── DATA SHOWN
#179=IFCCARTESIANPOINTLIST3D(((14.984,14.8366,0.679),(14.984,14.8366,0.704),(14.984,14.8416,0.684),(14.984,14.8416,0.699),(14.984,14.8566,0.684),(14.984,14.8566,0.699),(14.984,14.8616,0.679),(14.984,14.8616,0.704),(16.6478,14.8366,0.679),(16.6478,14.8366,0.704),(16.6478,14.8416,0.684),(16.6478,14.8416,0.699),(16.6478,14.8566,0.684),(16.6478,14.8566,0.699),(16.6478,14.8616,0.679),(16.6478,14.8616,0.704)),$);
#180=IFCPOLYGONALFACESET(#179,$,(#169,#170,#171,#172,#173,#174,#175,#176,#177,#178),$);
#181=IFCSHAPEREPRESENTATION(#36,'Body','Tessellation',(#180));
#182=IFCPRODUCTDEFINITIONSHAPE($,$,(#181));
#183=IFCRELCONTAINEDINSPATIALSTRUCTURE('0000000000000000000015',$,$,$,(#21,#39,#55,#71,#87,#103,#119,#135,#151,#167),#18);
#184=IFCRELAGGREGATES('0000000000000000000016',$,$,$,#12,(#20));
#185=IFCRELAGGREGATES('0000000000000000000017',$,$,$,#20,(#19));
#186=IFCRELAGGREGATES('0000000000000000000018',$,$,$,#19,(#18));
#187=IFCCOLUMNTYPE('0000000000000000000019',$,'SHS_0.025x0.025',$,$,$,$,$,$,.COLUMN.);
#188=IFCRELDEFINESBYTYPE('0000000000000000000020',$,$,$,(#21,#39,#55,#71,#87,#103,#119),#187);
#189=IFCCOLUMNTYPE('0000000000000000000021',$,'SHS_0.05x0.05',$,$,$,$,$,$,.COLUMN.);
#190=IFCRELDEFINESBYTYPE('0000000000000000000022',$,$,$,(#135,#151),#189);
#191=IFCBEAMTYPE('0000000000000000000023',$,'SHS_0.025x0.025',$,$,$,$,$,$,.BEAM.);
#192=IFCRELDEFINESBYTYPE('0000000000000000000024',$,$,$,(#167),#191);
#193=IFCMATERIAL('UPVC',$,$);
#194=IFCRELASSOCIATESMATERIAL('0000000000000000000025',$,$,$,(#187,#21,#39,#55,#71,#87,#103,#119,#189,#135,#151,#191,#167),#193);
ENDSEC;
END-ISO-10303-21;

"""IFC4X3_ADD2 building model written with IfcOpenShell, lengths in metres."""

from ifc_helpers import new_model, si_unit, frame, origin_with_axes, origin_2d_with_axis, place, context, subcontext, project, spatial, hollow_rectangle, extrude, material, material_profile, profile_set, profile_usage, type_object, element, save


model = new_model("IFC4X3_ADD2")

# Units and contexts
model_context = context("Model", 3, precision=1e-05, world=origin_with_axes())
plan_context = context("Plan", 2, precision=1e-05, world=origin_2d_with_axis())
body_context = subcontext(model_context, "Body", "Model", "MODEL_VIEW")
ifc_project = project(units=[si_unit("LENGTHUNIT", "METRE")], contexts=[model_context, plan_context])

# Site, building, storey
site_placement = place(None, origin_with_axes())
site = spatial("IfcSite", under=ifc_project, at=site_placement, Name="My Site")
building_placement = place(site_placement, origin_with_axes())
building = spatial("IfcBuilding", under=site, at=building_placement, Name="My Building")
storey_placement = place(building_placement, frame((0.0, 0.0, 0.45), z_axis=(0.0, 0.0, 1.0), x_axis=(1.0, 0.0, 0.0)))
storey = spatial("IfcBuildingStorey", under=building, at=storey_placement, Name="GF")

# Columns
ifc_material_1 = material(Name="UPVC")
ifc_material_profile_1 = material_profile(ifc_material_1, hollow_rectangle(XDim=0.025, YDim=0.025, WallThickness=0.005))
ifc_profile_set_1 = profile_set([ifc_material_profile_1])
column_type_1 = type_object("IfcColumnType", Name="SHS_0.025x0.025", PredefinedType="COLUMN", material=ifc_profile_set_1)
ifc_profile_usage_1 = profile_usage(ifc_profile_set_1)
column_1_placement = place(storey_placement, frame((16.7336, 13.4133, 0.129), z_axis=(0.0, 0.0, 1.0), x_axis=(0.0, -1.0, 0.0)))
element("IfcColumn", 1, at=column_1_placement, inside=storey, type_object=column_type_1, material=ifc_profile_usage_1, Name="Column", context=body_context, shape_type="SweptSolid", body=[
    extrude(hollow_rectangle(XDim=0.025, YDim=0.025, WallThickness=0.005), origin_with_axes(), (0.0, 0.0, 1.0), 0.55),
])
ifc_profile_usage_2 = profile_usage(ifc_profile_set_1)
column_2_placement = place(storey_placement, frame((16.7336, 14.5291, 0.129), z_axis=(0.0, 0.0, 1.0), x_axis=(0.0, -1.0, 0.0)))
────
── DATA SHOWN
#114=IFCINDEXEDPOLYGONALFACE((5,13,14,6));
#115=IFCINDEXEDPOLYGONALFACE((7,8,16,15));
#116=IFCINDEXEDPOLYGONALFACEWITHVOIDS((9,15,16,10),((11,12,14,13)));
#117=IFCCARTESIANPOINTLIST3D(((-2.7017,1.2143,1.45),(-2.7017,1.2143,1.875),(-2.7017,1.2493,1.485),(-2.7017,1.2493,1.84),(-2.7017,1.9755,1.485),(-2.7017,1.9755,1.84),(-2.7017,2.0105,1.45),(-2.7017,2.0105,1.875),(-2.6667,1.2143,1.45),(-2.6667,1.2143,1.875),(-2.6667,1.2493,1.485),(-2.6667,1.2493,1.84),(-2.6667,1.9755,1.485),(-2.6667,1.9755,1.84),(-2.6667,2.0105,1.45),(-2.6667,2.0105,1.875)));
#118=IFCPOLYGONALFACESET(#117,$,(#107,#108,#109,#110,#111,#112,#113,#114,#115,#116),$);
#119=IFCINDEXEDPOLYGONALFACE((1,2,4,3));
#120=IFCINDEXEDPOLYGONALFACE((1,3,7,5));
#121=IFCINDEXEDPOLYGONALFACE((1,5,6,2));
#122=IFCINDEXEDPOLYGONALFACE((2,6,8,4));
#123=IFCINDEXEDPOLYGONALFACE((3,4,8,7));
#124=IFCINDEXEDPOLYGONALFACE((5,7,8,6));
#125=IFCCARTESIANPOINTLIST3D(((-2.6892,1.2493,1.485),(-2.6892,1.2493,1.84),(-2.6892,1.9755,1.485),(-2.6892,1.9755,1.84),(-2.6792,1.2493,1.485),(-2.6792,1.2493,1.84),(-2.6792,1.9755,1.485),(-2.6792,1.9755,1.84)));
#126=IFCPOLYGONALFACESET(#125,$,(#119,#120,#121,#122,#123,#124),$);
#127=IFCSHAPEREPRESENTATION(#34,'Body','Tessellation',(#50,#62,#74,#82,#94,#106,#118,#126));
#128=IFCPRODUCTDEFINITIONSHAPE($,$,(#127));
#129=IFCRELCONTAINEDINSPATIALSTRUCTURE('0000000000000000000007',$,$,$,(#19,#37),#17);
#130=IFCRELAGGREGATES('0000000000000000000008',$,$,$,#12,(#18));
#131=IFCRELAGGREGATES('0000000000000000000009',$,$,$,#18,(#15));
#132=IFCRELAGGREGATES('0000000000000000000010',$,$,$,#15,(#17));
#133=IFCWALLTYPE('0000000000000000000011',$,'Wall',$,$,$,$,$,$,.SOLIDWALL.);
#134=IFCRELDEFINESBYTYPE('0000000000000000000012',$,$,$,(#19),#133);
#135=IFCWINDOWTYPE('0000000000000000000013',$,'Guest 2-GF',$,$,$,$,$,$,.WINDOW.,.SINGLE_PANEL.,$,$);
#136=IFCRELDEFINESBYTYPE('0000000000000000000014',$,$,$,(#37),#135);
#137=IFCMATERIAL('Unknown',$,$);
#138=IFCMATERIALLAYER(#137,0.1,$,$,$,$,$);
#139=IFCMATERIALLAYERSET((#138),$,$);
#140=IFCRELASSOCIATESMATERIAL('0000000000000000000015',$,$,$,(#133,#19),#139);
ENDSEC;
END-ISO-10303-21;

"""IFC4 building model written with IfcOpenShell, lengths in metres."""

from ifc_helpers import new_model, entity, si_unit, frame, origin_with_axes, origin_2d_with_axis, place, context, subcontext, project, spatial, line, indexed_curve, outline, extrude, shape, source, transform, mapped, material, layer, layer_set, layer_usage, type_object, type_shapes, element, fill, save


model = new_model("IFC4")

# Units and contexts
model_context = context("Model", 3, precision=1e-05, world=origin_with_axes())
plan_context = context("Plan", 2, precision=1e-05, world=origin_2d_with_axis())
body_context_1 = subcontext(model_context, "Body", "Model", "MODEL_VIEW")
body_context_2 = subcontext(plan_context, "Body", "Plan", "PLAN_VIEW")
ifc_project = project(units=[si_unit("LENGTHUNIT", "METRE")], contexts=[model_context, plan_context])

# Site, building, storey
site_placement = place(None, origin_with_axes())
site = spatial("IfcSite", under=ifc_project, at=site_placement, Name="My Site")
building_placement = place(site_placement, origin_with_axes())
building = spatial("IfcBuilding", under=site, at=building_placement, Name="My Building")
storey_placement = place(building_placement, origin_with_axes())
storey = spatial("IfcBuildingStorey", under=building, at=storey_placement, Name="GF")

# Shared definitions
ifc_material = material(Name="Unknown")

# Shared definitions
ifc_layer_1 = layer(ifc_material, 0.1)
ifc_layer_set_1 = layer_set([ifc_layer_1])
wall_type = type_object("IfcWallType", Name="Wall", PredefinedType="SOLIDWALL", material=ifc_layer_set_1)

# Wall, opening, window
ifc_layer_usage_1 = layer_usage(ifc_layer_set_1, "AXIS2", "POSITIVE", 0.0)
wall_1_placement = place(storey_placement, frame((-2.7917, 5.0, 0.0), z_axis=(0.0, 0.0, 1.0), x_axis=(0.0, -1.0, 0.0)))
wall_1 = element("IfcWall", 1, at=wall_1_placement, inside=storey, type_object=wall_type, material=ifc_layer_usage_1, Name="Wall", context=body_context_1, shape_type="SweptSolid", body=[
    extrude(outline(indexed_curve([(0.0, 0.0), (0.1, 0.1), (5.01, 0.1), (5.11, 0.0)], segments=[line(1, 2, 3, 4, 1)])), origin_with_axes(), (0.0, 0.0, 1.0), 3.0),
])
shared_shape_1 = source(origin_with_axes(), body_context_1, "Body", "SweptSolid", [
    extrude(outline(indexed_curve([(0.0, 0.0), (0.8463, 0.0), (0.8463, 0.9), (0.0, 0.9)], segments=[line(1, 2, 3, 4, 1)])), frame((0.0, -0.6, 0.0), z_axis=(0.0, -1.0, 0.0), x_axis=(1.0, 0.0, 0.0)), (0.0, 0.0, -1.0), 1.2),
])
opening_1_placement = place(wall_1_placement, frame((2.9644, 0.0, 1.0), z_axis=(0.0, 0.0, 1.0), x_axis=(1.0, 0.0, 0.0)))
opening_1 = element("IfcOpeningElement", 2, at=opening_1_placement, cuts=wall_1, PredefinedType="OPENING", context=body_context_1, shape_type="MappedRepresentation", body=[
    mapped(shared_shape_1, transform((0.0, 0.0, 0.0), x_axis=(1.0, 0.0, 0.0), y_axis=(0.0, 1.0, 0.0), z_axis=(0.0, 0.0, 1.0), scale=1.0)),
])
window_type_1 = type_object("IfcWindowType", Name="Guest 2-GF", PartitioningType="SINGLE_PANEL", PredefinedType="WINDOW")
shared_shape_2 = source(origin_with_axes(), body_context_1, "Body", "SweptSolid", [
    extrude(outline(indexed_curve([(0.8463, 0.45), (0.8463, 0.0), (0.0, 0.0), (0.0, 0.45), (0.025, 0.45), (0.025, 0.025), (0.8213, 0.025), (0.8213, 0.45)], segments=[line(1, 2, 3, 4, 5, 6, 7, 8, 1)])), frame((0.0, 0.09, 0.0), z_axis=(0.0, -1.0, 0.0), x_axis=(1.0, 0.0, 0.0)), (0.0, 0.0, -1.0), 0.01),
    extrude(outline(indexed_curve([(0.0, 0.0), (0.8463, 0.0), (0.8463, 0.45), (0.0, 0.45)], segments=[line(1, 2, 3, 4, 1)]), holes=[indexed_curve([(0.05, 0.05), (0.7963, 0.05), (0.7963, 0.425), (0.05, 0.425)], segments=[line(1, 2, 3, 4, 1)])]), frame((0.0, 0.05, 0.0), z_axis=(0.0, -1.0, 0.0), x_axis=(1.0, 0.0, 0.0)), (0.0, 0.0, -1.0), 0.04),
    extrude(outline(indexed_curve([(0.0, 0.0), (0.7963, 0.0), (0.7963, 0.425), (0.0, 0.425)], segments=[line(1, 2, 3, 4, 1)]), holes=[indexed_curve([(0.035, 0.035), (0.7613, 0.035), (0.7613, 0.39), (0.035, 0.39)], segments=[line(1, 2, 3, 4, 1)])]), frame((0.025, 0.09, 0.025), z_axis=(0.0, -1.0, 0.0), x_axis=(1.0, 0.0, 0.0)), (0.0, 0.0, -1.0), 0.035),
────
__WHAT THE TASK REQUIRES__
Find the word "element" in the data and copy out each line where it turns up.

__WORKED SOLUTION__
from ifc_helpers import new_model, si_unit, frame, origin_with_axes, origin_2d_with_axis, place, context, subcontext, project, spatial, hollow_rectangle, extrude, material, material_profile, profile_set, profile_usage, type_object, element, save
element("IfcColumn", 1, at=column_1_placement, inside=storey, type_object=column_type_1, material=ifc_profile_usage_1, Name="Column", context=body_context, shape_type="SweptSolid", body=[
from ifc_helpers import new_model, entity, si_unit, frame, origin_with_axes, origin_2d_with_axis, place, context, subcontext, project, spatial, line, indexed_curve, outline, extrude, shape, source, transform, mapped, material, layer, layer_set, layer_usage, type_object, type_shapes, element, fill, save
wall_1 = element("IfcWall", 1, at=wall_1_placement, inside=storey, type_object=wall_type, material=ifc_layer_usage_1, Name="Wall", context=body_context_1, shape_type="SweptSolid", body=[
opening_1 = element("IfcOpeningElement", 2, at=opening_1_placement, cuts=wall_1, PredefinedType="OPENING", context=body_context_1, shape_type="MappedRepresentation", body=[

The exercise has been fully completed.